2006 ND 215, ¶ 5, 722 N.W.2d 716 (quoting Kautzman v. Kautzman , 2000 ND 116, ¶ 7, 611 N.W.2d 883 (internal citations omitted)).  “A district court abuses its discretion if it acts in an arbitrary, capricious, or unreasonable manner, or if it misinterprets or misapplies the law.”   Thompson v. Schmitz , 2009 ND 183, ¶ 19, 774 N.W.2d 263.

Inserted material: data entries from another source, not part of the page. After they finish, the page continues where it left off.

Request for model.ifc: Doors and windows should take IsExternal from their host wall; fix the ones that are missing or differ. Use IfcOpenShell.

First a look at what the model holds.

```python
import ifcopenshell
import ifcopenshell.util.element

model = ifcopenshell.open("model.ifc")
print(model.schema)
seen = {}
for e in model.by_type("IfcDoor") + model.by_type("IfcWindow"):
    if not e.FillsVoids:
        continue
    host = e.FillsVoids[0].RelatingOpeningElement.VoidsElements[0].RelatingBuildingElement
    own = ifcopenshell.util.element.get_pset(e, f"Pset_{e.is_a()[3:].removesuffix('StandardCase')}Common", "IsExternal")
    wall = ifcopenshell.util.element.get_pset(host, "Pset_WallCommon", "IsExternal")
    seen[e.is_a(), own, wall] = seen.get((e.is_a(), own, wall), 0) + 1
for (cls, own, wall), count in sorted(seen.items(), key=str):
    print(count, cls, "IsExternal:", own, "| host wall:", wall)
```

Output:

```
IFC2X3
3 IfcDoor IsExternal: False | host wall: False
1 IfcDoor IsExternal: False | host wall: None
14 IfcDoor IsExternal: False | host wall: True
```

```python
import ifcopenshell
import ifcopenshell.api.pset
import ifcopenshell.util.element

model = ifcopenshell.open("model.ifc")

count = 0
for ifc_class, pset_name in (("IfcDoor", "Pset_DoorCommon"), ("IfcWindow", "Pset_WindowCommon")):
    for e in model.by_type(ifc_class):
        if not e.FillsVoids:
            continue
        host = e.FillsVoids[0].RelatingOpeningElement.VoidsElements[0].RelatingBuildingElement
        external = ifcopenshell.util.element.get_pset(host, "Pset_WallCommon", "IsExternal")
        if external is None or ifcopenshell.util.element.get_pset(e, pset_name, "IsExternal") == external:
            continue
        pset = ifcopenshell.api.pset.add_pset(model, product=e, name=pset_name)
        ifcopenshell.api.pset.edit_pset(model, pset=pset, properties={"IsExternal": external})
        count += 1

print(count, "updated")

model.write("model_edited.ifc")
```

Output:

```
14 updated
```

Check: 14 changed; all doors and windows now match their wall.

[¶8] On remand, the new district court judge relied on the record, including the trial transcript and the findings of the previous district court judge, to determine whether Smestad was entitled to equitable relief.  We note that the better practice would have been to notify the parties and to determine on the record whether the parties thought  a hearing or an opportunity to present additional evidence was necessary.  However, as we explain below, the record contained sufficient information to support the district court’s finding that Smestad was entitled to restitution for unjust enrichment, and we cannot conclude the district court abused its discretion by relying on the record.

III

[¶9] Harris argues the district court erred by considering whether Smestad was entitled to equitable relief because Smestad’s complaint did not include an unjust enrichment claim.  Smestad responds the district court properly considered whether she was entitled to equitable relief because her complaint included a demand for “such other and further relief as the Court deems just and equitable.”

[¶10] The district court did not specifically address the question whether Smestad requested equitable relief.  However, by concluding Smestad was entitled to relief for unjust enrichment, the court impliedly found that Smestad asserted that claim for  relief.  Under N.D.R.Civ.P.